## WHAT TO WORK ON
Please transcribe the data that follows exactly, from its first line through the line that contains "#103=IFCINDEXEDPOLYGONALFACE((39,40,42,41));".

## DATA SUPPLIED
⟨

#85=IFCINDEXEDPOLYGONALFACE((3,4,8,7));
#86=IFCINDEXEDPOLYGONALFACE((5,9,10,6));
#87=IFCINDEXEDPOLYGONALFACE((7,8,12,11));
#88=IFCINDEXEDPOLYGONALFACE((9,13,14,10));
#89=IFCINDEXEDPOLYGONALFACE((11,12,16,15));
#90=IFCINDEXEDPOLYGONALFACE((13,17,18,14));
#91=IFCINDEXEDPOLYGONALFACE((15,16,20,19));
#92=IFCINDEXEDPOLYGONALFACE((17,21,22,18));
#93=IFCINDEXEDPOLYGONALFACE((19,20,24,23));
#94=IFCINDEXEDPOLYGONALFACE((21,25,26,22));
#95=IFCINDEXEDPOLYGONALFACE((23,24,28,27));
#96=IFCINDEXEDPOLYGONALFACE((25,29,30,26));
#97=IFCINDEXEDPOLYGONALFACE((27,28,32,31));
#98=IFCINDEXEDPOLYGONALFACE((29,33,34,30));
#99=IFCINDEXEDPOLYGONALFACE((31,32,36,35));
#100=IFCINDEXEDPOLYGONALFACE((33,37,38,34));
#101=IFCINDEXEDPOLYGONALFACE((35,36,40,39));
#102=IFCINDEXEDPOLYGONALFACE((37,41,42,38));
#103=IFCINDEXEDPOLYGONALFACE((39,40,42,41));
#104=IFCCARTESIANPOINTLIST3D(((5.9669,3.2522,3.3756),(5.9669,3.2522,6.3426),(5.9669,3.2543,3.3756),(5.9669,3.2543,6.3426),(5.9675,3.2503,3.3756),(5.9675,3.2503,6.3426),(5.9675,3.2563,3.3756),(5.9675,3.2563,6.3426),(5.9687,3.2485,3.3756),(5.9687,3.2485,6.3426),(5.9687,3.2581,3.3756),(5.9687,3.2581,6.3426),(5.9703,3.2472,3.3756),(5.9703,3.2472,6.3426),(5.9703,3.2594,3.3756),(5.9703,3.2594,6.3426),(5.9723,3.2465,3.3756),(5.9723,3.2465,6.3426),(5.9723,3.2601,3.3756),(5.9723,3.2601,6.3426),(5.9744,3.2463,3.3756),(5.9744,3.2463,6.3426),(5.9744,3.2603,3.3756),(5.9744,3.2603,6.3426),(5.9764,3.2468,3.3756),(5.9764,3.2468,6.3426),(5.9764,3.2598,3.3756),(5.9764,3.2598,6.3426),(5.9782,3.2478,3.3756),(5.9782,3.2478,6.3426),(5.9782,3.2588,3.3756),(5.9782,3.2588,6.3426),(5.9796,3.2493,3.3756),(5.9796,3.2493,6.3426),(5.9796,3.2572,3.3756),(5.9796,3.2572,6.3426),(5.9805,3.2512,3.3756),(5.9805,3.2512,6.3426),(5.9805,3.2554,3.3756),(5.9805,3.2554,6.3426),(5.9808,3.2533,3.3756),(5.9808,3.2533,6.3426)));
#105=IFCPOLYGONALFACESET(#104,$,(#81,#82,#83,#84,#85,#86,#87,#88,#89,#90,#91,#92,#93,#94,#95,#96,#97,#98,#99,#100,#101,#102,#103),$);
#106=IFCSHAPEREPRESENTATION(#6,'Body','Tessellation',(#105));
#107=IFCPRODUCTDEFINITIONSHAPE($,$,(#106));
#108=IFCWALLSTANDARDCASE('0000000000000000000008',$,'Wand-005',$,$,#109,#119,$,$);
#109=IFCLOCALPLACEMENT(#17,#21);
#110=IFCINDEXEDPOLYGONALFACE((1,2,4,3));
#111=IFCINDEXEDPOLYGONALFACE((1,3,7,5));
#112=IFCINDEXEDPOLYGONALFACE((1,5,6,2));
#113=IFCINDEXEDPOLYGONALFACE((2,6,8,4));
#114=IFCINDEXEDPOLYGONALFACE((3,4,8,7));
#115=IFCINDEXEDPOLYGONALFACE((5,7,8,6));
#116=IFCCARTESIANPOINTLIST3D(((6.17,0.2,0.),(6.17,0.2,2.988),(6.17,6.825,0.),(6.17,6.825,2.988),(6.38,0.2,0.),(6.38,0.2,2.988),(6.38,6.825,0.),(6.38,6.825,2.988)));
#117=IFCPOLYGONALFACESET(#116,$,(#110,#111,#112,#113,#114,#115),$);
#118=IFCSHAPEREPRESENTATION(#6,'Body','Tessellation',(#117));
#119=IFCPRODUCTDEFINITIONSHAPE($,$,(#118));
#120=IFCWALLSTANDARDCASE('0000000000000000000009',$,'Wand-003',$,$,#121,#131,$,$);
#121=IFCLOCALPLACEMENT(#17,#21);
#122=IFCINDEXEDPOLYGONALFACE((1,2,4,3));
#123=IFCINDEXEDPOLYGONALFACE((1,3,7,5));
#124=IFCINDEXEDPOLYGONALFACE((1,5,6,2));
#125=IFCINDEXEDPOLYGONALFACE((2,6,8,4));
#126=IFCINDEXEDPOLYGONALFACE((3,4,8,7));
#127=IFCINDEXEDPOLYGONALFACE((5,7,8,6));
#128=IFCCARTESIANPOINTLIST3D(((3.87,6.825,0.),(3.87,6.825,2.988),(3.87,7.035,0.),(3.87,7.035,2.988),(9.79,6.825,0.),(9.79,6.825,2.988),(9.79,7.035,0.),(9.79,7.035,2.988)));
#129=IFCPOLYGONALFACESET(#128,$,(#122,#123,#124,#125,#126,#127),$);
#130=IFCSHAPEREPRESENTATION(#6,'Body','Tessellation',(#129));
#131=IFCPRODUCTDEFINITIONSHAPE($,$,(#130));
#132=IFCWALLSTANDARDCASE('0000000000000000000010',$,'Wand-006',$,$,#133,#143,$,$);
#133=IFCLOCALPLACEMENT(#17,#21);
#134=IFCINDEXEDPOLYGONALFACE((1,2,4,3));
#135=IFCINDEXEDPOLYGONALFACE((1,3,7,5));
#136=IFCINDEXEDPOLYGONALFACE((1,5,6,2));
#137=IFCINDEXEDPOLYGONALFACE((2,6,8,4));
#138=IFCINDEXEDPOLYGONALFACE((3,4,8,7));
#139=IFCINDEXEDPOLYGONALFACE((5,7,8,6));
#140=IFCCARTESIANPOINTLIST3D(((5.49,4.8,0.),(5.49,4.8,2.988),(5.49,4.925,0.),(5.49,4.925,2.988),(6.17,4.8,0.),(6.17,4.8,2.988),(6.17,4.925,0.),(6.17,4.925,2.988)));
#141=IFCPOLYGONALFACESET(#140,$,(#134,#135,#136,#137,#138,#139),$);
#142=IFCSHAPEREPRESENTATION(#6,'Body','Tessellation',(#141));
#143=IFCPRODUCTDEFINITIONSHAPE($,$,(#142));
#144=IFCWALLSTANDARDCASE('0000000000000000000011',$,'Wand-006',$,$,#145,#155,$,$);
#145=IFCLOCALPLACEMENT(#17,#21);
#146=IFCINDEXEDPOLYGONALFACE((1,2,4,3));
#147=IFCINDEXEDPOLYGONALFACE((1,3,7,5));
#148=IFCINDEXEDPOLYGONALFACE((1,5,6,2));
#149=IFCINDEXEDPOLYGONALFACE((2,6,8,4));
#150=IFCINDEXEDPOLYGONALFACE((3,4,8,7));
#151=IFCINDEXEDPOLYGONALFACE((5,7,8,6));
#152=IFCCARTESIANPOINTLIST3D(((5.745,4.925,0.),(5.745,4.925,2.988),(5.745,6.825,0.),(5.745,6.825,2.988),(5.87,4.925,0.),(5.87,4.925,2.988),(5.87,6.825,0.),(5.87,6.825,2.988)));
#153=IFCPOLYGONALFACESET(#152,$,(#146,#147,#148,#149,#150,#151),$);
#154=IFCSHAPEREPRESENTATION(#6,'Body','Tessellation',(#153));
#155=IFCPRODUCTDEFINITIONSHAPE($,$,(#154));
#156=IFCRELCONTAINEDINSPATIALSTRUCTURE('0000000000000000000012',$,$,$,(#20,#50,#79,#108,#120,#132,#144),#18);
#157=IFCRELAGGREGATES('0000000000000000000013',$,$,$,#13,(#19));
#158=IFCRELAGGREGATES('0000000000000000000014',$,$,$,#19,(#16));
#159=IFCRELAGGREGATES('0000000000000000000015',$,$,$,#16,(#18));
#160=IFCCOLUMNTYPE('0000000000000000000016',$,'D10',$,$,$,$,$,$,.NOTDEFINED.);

⟩

## RESULT OF THE EXERCISE
#85=IFCINDEXEDPOLYGONALFACE((3,4,8,7));
#86=IFCINDEXEDPOLYGONALFACE((5,9,10,6));
#87=IFCINDEXEDPOLYGONALFACE((7,8,12,11));
#88=IFCINDEXEDPOLYGONALFACE((9,13,14,10));
#89=IFCINDEXEDPOLYGONALFACE((11,12,16,15));
#90=IFCINDEXEDPOLYGONALFACE((13,17,18,14));
#91=IFCINDEXEDPOLYGONALFACE((15,16,20,19));
#92=IFCINDEXEDPOLYGONALFACE((17,21,22,18));
#93=IFCINDEXEDPOLYGONALFACE((19,20,24,23));
#94=IFCINDEXEDPOLYGONALFACE((21,25,26,22));
#95=IFCINDEXEDPOLYGONALFACE((23,24,28,27));
#96=IFCINDEXEDPOLYGONALFACE((25,29,30,26));
#97=IFCINDEXEDPOLYGONALFACE((27,28,32,31));
#98=IFCINDEXEDPOLYGONALFACE((29,33,34,30));
#99=IFCINDEXEDPOLYGONALFACE((31,32,36,35));
#100=IFCINDEXEDPOLYGONALFACE((33,37,38,34));
#101=IFCINDEXEDPOLYGONALFACE((35,36,40,39));
#102=IFCINDEXEDPOLYGONALFACE((37,41,42,38));
#103=IFCINDEXEDPOLYGONALFACE((39,40,42,41));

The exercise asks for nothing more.